What the exercise asks: Go through the records and copy each line where the string "IFCRELAGGREGATES" occurs.

Collected data entries
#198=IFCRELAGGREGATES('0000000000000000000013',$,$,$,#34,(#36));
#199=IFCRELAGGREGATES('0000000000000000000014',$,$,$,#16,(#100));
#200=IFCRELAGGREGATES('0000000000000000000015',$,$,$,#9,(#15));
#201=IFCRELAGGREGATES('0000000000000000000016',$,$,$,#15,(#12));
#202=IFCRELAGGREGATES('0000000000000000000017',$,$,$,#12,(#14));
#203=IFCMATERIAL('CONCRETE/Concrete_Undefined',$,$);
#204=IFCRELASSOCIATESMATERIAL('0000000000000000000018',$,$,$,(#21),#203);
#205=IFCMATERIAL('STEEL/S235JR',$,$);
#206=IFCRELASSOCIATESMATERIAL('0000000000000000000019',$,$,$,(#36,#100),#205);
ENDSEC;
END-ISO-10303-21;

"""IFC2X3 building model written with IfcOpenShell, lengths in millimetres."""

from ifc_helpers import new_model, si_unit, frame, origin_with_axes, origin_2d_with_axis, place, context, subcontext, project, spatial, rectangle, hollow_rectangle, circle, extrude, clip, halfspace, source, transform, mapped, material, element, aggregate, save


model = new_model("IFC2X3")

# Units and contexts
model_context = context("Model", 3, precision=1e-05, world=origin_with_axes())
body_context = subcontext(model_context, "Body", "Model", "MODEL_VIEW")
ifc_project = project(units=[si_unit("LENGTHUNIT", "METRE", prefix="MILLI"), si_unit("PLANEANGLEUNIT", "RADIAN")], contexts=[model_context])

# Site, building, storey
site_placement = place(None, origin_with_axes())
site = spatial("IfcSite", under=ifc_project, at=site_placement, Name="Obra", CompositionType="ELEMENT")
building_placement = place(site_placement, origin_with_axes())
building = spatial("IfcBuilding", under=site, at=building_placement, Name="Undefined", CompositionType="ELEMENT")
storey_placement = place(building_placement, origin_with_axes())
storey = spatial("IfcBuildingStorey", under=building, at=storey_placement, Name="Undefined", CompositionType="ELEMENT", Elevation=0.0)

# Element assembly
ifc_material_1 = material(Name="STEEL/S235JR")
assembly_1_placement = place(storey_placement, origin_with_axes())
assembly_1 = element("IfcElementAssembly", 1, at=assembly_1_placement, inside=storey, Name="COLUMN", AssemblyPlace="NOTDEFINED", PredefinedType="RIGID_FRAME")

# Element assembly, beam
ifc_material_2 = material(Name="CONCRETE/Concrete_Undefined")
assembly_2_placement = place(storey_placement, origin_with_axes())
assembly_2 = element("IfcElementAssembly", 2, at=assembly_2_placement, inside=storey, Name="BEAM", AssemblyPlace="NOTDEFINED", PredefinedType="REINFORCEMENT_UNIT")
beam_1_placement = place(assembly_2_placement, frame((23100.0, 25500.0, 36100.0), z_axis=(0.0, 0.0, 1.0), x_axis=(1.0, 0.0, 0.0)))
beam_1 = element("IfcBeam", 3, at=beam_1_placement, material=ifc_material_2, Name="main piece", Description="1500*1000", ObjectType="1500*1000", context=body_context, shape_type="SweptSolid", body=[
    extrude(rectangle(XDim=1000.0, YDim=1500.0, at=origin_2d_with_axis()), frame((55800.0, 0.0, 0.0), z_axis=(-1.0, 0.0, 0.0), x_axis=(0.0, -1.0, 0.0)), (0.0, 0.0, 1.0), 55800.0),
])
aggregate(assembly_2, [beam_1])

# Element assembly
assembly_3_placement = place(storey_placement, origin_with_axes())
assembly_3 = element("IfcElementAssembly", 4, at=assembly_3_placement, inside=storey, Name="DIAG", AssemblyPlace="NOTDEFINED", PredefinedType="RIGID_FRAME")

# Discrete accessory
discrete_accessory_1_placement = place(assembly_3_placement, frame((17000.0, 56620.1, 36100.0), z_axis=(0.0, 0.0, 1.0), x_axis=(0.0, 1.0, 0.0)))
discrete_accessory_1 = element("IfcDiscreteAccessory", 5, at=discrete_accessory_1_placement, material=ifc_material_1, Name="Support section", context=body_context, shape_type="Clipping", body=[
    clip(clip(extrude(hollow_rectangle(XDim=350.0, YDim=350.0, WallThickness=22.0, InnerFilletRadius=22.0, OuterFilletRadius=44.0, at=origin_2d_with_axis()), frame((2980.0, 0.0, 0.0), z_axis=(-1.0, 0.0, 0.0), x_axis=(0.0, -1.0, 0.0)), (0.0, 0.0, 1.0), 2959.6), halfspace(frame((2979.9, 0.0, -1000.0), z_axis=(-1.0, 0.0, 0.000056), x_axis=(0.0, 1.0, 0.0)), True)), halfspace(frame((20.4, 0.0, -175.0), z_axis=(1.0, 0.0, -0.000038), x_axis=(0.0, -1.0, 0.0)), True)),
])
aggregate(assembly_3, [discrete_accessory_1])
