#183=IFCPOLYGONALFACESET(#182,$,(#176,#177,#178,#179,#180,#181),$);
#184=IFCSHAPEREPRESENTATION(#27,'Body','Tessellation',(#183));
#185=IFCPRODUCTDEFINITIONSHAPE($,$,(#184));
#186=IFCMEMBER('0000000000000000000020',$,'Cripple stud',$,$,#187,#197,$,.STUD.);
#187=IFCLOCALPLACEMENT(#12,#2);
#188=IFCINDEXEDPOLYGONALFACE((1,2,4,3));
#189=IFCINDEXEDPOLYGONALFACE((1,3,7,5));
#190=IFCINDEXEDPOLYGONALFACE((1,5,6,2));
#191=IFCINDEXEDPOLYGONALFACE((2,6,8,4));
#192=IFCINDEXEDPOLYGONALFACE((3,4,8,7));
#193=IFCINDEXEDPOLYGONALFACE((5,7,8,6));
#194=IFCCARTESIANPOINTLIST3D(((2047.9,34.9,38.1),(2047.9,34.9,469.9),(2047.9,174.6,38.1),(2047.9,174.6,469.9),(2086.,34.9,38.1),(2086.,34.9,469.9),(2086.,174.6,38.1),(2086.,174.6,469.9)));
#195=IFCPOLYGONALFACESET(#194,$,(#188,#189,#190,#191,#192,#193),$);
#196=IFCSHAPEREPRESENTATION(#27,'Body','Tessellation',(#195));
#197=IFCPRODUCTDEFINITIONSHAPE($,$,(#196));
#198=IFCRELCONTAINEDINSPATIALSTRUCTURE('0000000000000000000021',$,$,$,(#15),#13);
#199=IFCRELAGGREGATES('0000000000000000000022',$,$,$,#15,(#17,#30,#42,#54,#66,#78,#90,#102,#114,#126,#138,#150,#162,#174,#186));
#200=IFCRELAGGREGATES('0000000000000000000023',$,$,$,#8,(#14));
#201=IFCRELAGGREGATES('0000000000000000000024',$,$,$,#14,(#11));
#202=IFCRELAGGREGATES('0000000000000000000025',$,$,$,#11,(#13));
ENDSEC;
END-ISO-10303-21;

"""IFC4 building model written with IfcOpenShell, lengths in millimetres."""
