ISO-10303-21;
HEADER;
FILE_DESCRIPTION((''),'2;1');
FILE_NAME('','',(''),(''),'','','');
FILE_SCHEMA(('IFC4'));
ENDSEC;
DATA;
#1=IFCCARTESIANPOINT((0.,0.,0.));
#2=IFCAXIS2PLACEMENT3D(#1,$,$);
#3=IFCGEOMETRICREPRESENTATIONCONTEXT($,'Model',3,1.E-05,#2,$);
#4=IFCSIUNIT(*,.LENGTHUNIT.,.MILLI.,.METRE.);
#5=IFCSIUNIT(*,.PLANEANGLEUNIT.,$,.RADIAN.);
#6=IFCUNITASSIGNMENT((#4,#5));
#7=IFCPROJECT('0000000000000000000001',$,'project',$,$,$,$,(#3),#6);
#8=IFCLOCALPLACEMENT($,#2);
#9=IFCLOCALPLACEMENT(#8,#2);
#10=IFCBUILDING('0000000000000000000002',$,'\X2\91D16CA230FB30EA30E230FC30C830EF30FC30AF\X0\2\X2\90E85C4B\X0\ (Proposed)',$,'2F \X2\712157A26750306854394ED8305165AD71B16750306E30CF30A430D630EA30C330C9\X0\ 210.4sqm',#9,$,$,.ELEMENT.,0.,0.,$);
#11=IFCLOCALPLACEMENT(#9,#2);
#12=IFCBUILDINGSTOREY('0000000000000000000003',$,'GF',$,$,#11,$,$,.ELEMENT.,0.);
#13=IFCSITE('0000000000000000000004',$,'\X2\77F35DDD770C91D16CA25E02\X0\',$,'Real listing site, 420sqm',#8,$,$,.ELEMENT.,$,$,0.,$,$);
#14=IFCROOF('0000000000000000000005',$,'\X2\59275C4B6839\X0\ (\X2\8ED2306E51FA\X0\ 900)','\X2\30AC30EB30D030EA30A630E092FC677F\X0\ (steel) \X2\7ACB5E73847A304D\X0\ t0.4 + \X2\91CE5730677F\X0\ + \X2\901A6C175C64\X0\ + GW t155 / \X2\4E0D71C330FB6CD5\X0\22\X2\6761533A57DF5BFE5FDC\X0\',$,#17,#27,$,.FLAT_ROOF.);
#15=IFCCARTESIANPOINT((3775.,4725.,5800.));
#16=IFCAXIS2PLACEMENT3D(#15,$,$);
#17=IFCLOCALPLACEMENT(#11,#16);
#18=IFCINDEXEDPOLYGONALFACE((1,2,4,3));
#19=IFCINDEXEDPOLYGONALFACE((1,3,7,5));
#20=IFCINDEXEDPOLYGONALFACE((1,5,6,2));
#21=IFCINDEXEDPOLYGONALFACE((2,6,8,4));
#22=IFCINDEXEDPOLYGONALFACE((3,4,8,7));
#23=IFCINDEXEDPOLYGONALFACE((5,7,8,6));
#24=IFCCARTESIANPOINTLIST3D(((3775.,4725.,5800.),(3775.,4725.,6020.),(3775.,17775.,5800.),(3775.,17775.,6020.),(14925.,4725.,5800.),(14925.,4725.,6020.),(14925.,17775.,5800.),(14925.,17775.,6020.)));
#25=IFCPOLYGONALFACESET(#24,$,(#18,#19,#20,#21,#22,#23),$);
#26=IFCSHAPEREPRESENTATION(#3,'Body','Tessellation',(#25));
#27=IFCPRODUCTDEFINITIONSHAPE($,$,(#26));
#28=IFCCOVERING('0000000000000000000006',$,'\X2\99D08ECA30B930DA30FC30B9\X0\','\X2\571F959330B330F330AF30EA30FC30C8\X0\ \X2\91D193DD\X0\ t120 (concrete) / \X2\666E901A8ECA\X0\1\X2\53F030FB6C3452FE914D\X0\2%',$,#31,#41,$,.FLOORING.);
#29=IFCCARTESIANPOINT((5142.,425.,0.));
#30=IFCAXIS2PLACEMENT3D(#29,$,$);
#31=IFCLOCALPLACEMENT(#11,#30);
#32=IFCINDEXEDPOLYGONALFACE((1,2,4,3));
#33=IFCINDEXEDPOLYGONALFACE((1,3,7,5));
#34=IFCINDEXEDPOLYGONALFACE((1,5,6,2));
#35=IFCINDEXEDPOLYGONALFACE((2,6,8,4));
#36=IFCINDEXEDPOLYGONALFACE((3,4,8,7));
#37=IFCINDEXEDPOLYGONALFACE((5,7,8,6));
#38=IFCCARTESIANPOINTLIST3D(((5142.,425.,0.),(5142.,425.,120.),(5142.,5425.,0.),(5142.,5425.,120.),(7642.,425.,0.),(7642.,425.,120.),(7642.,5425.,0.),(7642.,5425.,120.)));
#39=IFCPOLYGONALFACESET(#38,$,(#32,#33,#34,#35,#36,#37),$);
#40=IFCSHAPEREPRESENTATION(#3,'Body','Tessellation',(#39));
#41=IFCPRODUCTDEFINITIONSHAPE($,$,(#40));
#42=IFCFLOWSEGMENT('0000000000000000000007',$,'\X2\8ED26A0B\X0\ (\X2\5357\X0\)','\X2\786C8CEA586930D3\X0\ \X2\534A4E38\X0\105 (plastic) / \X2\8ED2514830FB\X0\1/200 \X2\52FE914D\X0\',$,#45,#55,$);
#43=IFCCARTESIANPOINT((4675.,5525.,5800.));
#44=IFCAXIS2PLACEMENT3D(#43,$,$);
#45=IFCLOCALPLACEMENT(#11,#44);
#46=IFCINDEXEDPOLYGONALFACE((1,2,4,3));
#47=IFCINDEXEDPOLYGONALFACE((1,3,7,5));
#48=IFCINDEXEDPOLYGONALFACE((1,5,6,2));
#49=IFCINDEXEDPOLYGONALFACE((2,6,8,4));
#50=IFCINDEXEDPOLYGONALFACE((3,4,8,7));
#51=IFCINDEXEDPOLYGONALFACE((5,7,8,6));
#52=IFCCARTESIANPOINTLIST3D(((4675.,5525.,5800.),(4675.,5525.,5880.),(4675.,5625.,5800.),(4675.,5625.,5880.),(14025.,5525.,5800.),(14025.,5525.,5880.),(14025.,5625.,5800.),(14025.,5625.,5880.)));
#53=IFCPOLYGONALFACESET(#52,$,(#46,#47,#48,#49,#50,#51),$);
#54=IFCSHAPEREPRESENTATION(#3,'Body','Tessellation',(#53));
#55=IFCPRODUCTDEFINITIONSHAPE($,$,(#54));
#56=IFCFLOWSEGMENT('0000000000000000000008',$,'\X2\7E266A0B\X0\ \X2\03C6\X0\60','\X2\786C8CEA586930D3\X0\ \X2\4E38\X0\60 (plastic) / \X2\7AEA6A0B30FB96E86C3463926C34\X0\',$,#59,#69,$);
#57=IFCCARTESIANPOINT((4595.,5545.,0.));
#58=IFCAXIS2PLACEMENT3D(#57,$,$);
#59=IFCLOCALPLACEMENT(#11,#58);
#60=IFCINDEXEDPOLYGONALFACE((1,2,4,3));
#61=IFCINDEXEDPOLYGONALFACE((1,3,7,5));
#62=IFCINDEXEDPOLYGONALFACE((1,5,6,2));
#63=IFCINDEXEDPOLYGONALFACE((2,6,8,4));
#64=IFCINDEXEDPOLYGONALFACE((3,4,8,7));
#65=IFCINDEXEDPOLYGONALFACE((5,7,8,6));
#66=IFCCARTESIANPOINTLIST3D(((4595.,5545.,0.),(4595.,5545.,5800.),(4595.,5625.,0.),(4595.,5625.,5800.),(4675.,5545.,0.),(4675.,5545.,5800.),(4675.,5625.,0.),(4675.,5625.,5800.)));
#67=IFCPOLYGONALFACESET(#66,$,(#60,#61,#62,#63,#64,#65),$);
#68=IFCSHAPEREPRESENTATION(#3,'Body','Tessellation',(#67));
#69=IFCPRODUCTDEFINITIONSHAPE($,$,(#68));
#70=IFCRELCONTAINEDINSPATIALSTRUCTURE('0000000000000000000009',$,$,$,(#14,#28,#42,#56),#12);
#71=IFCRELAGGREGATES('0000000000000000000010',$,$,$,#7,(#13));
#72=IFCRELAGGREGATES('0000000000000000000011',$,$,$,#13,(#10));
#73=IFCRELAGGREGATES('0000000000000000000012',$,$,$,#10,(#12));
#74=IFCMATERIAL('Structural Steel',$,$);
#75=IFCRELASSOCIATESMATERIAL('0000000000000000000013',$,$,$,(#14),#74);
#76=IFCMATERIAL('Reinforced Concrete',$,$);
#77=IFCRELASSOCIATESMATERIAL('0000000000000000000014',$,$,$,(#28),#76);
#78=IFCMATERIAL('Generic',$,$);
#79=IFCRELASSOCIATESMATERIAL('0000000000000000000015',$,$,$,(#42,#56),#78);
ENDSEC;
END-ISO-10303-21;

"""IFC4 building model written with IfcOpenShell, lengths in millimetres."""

from ifc_helpers import new_model, si_unit, frame, frame_2d, origin, place, context, project, spatial, rectangle, extrude, material, element, save


model = new_model("IFC4")

# Units and contexts
model_context = context("Model", 3, precision=1e-05, world=origin())
ifc_project = project(units=[si_unit("LENGTHUNIT", "METRE", prefix="MILLI"), si_unit("PLANEANGLEUNIT", "RADIAN")], contexts=[model_context])

# Site, building, storey
site_placement = place(None, origin())
site = spatial("IfcSite", under=ifc_project, at=site_placement, Name="石川県金沢市", ObjectType="Real listing site, 420sqm", CompositionType="ELEMENT", RefElevation=0.0)
building_placement = place(site_placement, origin())
building = spatial("IfcBuilding", under=site, at=building_placement, Name="金沢・リモートワーク2部屋 (Proposed)", ObjectType="2F 無垢材と吹付け断熱材のハイブリッド 210.4sqm", CompositionType="ELEMENT", ElevationOfRefHeight=0.0, ElevationOfTerrain=0.0)
storey_placement = place(building_placement, origin())
storey = spatial("IfcBuildingStorey", under=building, at=storey_placement, Name="GF", CompositionType="ELEMENT", Elevation=0.0)

# Shared definitions
ifc_material_1 = material(Name="Reinforced Concrete")

# Roof
ifc_material_2 = material(Name="Structural Steel")
roof_placement = place(storey_placement, frame((3775.0, 4725.0, 5800.0)))
element("IfcRoof", 1, at=roof_placement, inside=storey, material=ifc_material_2, Name="大屋根 (軒の出 900)", Description="ガルバリウム鋼板 (steel) 立平葺き t0.4 + 野地板 + 通気層 + GW t155 / 不燃・法22条区域対応", PredefinedType="FLAT_ROOF", context=model_context, shape_type="SweptSolid", body=[
    extrude(rectangle(XDim=11150.0, YDim=13050.0, at=frame_2d((5575.0, 6525.0))), frame((3775.0, 4725.0, 5800.0)), (0.0, 0.0, 1.0), 220.0),
])

# Covering
covering_placement = place(storey_placement, frame((5142.0, 425.0, 0.0)))
element("IfcCovering", 2, at=covering_placement, inside=storey, material=ifc_material_1, Name="駐車スペース", Description="土間コンクリート 金鏝 t120 (concrete) / 普通車1台・水勾配2%", PredefinedType="FLOORING", context=model_context, shape_type="SweptSolid", body=[
    extrude(rectangle(XDim=2500.0, YDim=5000.0, at=frame_2d((1250.0, 2500.0))), frame((5142.0, 425.0, 0.0)), (0.0, 0.0, 1.0), 120.0),
])

# Flow segments
ifc_material_3 = material(Name="Generic")
flow_segment_1_placement = place(storey_placement, frame((4675.0, 5525.0, 5800.0)))
element("IfcFlowSegment", 3, at=flow_segment_1_placement, inside=storey, material=ifc_material_3, Name="軒樋 (南)", Description="硬質塩ビ 半丸105 (plastic) / 軒先・1/200 勾配", context=model_context, shape_type="SweptSolid", body=[
    extrude(rectangle(XDim=9350.0, YDim=100.0, at=frame_2d((4675.0, 50.0))), frame((4675.0, 5525.0, 5800.0)), (0.0, 0.0, 1.0), 80.0),
])
flow_segment_2_placement = place(storey_placement, frame((4595.0, 5545.0, 0.0)))
element("IfcFlowSegment", 4, at=flow_segment_2_placement, inside=storey, material=ifc_material_3, Name="縦樋 φ60", Description="硬質塩ビ 丸60 (plastic) / 竪樋・雨水排水", context=model_context, shape_type="SweptSolid", body=[
    extrude(rectangle(XDim=80.0, YDim=80.0, at=frame_2d((40.0, 40.0))), frame((4595.0, 5545.0, 0.0)), (0.0, 0.0, 1.0), 5800.0),
])

save(model, "model.ifc")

Your response:
#198=IFCRELAGGREGATES('0000000000000000000013',$,$,$,#34,(#36));
#199=IFCRELAGGREGATES('0000000000000000000014',$,$,$,#16,(#100));
#200=IFCRELAGGREGATES('0000000000000000000015',$,$,$,#9,(#15));
#201=IFCRELAGGREGATES('0000000000000000000016',$,$,$,#15,(#12));
#202=IFCRELAGGREGATES('0000000000000000000017',$,$,$,#12,(#14));
#199=IFCRELAGGREGATES('0000000000000000000022',$,$,$,#15,(#17,#30,#42,#54,#66,#78,#90,#102,#114,#126,#138,#150,#162,#174,#186));
#200=IFCRELAGGREGATES('0000000000000000000023',$,$,$,#8,(#14));
#201=IFCRELAGGREGATES('0000000000000000000024',$,$,$,#14,(#11));
#202=IFCRELAGGREGATES('0000000000000000000025',$,$,$,#11,(#13));
#71=IFCRELAGGREGATES('0000000000000000000010',$,$,$,#7,(#13));
#72=IFCRELAGGREGATES('0000000000000000000011',$,$,$,#13,(#10));
#73=IFCRELAGGREGATES('0000000000000000000012',$,$,$,#10,(#12));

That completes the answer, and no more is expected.